What is being asked => An exact reprint of the data below is required, line for line.

[Provided information — start]

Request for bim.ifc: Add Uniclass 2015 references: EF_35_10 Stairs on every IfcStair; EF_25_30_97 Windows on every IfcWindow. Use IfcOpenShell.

First a look at what the model holds.

```python
import ifcopenshell

model = ifcopenshell.open("bim.ifc")
print(model.schema)
print("classifications:", [c.Name for c in model.by_type("IfcClassification")])
for ifc_class in ("IfcDoor", "IfcRoof", "IfcStair", "IfcWall", "IfcWindow"):
    print(ifc_class, len(model.by_type(ifc_class)))
```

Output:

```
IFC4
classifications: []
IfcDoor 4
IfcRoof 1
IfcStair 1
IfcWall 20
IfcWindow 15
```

```python
import ifcopenshell
import ifcopenshell.api.classification

model = ifcopenshell.open("bim.ifc")

system = ifcopenshell.api.classification.add_classification(model, classification="Uniclass 2015")

codes = {
    "IfcStair": ("EF_35_10", "Stairs"),
    "IfcWindow": ("EF_25_30_97", "Windows"),
}
for ifc_class, (code, name) in codes.items():
    products = model.by_type(ifc_class)
    ifcopenshell.api.classification.add_reference(
        model, products=products, classification=system, identification=code, name=name
    )
    print(code, len(products))

model.write("bim-out.ifc")
```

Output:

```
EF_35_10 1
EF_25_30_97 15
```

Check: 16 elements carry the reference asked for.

[Provided information — finish]

Result for this exercise =>
Request for bim.ifc: Add Uniclass 2015 references: EF_35_10 Stairs on every IfcStair; EF_25_30_97 Windows on every IfcWindow. Use IfcOpenShell.

First a look at what the model holds.

```python
import ifcopenshell

model = ifcopenshell.open("bim.ifc")
print(model.schema)
print("classifications:", [c.Name for c in model.by_type("IfcClassification")])
for ifc_class in ("IfcDoor", "IfcRoof", "IfcStair", "IfcWall", "IfcWindow"):
    print(ifc_class, len(model.by_type(ifc_class)))
```

Output:

```
IFC4
classifications: []
IfcDoor 4
IfcRoof 1
IfcStair 1
IfcWall 20
IfcWindow 15
```

```python
import ifcopenshell
import ifcopenshell.api.classification

model = ifcopenshell.open("bim.ifc")

system = ifcopenshell.api.classification.add_classification(model, classification="Uniclass 2015")

codes = {
    "IfcStair": ("EF_35_10", "Stairs"),
    "IfcWindow": ("EF_25_30_97", "Windows"),
}
for ifc_class, (code, name) in codes.items():
    products = model.by_type(ifc_class)
    ifcopenshell.api.classification.add_reference(
        model, products=products, classification=system, identification=code, name=name
    )
    print(code, len(products))

model.write("bim-out.ifc")
```

Output:

```
EF_35_10 1
EF_25_30_97 15
```

Check: 16 elements carry the reference asked for.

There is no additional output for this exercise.